Three of the six banks also increased their dividends. Total earnings of the six for the fiscal year was almost $35 billion. The Royal Bank was the top earner with $10 billion in profit compared to $9 billion last year.
One of the ways the banks increased their profits was by curbing expenses. This often involves trimming staff and running the operations with fewer workers. TD cut 1,594 jobs this year. Scotiabank dropped 1,140 staff since last July.but this did not increase the profits for this year which dropped to $7.21 billion from$7.30 billion last year. Royal Bank also cut 528 full time jobs but did it mostly by not replacing retirees rather than laying off existing staff.
Some of the increase in profits has nothing to do with the Canadian economy but rather that some Canadian banks have large U.S. operations, and with the low Canadian dollar, U.S. earnings are worth more in Canadian dollars. Some Canadian banks have expanded to such a degree into the U.S. that in the case of TD, it has more branches in the U.S. than Canada. TD had the second highest earnings with $8.02 billion this year as compared to $7.88 last year.
Loan volumes have been rising and deposits growing. The banks also saved money by not passing along the full half percentage point in the loan rate that the Bank of Canada introduced earlier this year. The banks lowered their rate by only 0.30 percent, keeping the other 0.20 per cent for themselves or 40 percent of the total drop in the rate. What many consumers no doubt noticed is bank fees are continuing to increase as well.
Still, banks face problems in the west. particularly in Alberta where there have been many layoffs. The Royal Bank has added eight energy sector companies to its watch list.
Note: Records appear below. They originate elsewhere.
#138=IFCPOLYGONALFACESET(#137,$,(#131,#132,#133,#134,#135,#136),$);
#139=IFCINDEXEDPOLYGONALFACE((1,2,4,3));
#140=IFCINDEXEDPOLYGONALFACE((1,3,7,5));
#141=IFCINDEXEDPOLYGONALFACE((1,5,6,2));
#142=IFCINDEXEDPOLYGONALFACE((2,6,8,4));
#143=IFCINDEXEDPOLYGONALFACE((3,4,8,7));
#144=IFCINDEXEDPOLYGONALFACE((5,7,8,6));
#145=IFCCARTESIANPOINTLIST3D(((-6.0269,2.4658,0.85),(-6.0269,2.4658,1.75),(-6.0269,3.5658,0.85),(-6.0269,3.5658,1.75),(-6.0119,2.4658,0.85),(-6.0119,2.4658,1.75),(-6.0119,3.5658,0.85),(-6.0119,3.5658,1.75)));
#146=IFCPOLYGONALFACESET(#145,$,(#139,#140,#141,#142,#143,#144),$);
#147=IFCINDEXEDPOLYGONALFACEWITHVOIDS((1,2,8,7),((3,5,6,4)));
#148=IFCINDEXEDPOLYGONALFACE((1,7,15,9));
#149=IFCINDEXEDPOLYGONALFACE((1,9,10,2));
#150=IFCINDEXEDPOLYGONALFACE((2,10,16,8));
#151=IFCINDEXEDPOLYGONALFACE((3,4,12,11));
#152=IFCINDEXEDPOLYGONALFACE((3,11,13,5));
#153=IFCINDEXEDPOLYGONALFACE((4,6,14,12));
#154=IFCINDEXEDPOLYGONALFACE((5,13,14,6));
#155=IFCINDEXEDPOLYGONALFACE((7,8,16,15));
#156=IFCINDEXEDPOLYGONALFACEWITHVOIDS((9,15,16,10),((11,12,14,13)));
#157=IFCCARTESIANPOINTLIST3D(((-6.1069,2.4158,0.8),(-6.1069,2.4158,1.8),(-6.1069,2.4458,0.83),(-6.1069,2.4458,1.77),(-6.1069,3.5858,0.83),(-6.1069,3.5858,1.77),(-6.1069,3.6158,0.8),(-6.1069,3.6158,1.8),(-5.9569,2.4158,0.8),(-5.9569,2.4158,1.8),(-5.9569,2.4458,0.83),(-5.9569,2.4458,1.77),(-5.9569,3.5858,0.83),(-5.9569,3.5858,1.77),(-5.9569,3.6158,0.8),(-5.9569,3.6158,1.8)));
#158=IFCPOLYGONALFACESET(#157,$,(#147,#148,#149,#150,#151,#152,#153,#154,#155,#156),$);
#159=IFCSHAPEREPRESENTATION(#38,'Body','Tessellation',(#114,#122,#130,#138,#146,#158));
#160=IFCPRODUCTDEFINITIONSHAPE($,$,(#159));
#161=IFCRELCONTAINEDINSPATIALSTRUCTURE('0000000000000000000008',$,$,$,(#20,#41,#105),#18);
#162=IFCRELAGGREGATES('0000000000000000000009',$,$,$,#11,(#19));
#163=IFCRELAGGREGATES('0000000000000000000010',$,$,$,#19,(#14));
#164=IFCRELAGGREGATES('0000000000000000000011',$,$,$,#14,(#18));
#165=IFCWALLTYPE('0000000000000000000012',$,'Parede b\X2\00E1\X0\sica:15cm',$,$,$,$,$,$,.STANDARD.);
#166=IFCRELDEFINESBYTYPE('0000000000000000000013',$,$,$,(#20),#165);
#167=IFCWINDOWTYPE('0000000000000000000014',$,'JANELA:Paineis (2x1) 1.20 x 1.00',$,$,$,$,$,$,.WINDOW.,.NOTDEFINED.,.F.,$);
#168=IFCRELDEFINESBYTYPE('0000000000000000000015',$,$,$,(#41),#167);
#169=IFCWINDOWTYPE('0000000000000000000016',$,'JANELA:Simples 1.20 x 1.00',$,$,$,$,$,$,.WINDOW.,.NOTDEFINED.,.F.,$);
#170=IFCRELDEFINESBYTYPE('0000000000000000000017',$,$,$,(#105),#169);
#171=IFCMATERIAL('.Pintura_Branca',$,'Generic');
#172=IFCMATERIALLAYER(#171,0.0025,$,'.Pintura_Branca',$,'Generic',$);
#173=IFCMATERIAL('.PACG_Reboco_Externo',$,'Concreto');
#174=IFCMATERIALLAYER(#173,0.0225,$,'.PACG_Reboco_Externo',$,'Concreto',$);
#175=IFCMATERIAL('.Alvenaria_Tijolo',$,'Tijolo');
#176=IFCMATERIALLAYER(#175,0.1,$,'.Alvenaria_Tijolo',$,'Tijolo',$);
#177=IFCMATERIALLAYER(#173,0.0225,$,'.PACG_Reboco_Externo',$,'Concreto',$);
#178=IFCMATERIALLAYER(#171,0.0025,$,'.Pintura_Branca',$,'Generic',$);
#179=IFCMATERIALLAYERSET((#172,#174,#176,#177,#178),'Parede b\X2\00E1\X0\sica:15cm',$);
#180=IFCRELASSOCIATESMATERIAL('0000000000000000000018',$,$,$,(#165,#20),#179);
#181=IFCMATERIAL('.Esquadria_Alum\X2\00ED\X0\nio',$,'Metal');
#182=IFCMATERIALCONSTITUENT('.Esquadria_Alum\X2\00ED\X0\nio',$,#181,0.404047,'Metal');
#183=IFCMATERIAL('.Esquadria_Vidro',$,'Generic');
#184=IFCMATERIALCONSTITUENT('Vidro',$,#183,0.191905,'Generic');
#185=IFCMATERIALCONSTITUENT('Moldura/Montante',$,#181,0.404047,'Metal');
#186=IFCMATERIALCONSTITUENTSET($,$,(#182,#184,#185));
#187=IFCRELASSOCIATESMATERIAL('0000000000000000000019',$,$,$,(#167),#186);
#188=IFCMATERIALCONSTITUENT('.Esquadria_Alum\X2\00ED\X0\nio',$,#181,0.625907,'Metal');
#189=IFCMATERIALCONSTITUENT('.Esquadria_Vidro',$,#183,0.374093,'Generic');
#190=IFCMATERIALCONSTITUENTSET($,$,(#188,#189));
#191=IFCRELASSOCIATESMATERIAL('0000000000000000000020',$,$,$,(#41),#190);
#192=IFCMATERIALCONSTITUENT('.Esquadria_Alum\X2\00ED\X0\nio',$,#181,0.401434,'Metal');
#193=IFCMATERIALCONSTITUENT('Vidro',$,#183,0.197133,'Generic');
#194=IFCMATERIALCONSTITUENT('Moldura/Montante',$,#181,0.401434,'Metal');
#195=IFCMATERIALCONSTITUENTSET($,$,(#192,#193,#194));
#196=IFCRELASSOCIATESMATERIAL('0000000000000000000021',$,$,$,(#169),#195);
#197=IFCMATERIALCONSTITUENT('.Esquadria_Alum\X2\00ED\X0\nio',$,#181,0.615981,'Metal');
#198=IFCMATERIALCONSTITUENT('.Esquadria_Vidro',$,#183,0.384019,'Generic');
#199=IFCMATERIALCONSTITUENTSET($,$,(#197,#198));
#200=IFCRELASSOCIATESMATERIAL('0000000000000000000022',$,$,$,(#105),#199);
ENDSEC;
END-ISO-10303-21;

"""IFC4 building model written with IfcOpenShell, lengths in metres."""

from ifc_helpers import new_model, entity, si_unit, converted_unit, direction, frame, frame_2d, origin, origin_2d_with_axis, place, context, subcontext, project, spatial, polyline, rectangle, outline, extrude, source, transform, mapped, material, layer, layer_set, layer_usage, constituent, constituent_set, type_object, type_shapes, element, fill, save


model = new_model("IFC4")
Equifax, the credit monitoring agency, says loan delinquencies were rising in every province with a large energy component. The economic outlook for 2016 is not that robust and forecasts have been trending downward,
The banks also face pressure to introduce new digital technology to compete with competition from giants such as Apple and Google.
Janice Fukakusa, CFO of RBC, said: "We're continuing to invest in our digital channels … and also to invest in automating and simplifying our processes."
David Beattie, a bank analyst at Moody's Investor Services, said
"They're getting to the point where they're really doing some substantive changes to the way they run their businesses,Digitization is doing that anyway, but the pressure of low interest rates and spread compression and low revenue growth is just making it all that more critical."
The Royal Bank(RBC), with the largest profits, showed an increase in profits of 11,3 percent from last year. In the fourth quarter of this year ending on October 31, it earned $2.59 billion, also up by 11 percent from 2014. The RBC profit per common share was $1.74 in the fourth quarter above estimates by analysts. For the full year it was $6.73. The stock pays a dividend of 79 cents per share, an amount unchanged.
Dave McKay, president and CEO of RBC, said: "We had record earnings of $10 billion in 2015, reflecting the strength of our diversified business model and our ability to execute our growth strategy in a changing environment," RBC operations in the U.S. and the Caribbean were profitable this year whereas last year they suffered losses. Not surprisingly there are signs that all will not be well in Alberta.
Mark Hughes, risk officer for the RBC, said:
"We've noticed a slight — and I would stress the word slight — upward trend in auto and credit card delinquencies in Alberta and while they haven't translated into writeoffs, we are monitoring the performances of these portfolios,"
The Toronto-Dominion Bank(TD) saw its profits increase by 5.3 percent in the fourth quarter to $1.84 billion even though it had heavy restructuring costs. The bank claims its Canadian retail operations experienced growth in loans, deposits, and insurance earnings. At the same time, credit performance was also strong. TD's U.S. banking operations had a net income of $486 million, which was 14 percent above that of last year. In part this was due to the weak loonie. The TD president and CEO,
Bharat Masrani, said; "Results for the year reflect good earnings performance from all businesses, driven by good organic growth, strong credit quality, favourable currency translation and positive operating leverage."
Although CIBC profits showed a drop in profits for the fourth quarter, it also reduced its workforce — but by just 124 positions in the fourth quarter. For the entire fiscal year ending Oct. 31, CIBC performed better than in 2014. The bank had $3.59 billion of net income and $7.92 billion of revenue, up from $3.22 billion of net income and $7.5 billion of revenue last year.
Victor Dudig, CEO and president said:
"In 2015, all three of our strategic business units delivered strong performance,Looking to 2016, I am confident that our client-focused strategy and our investment in innovation and process improvements will add long-term value for our shareholders."
CIBC increased that dividend, paid quarterly, from $1.13 to $1.15.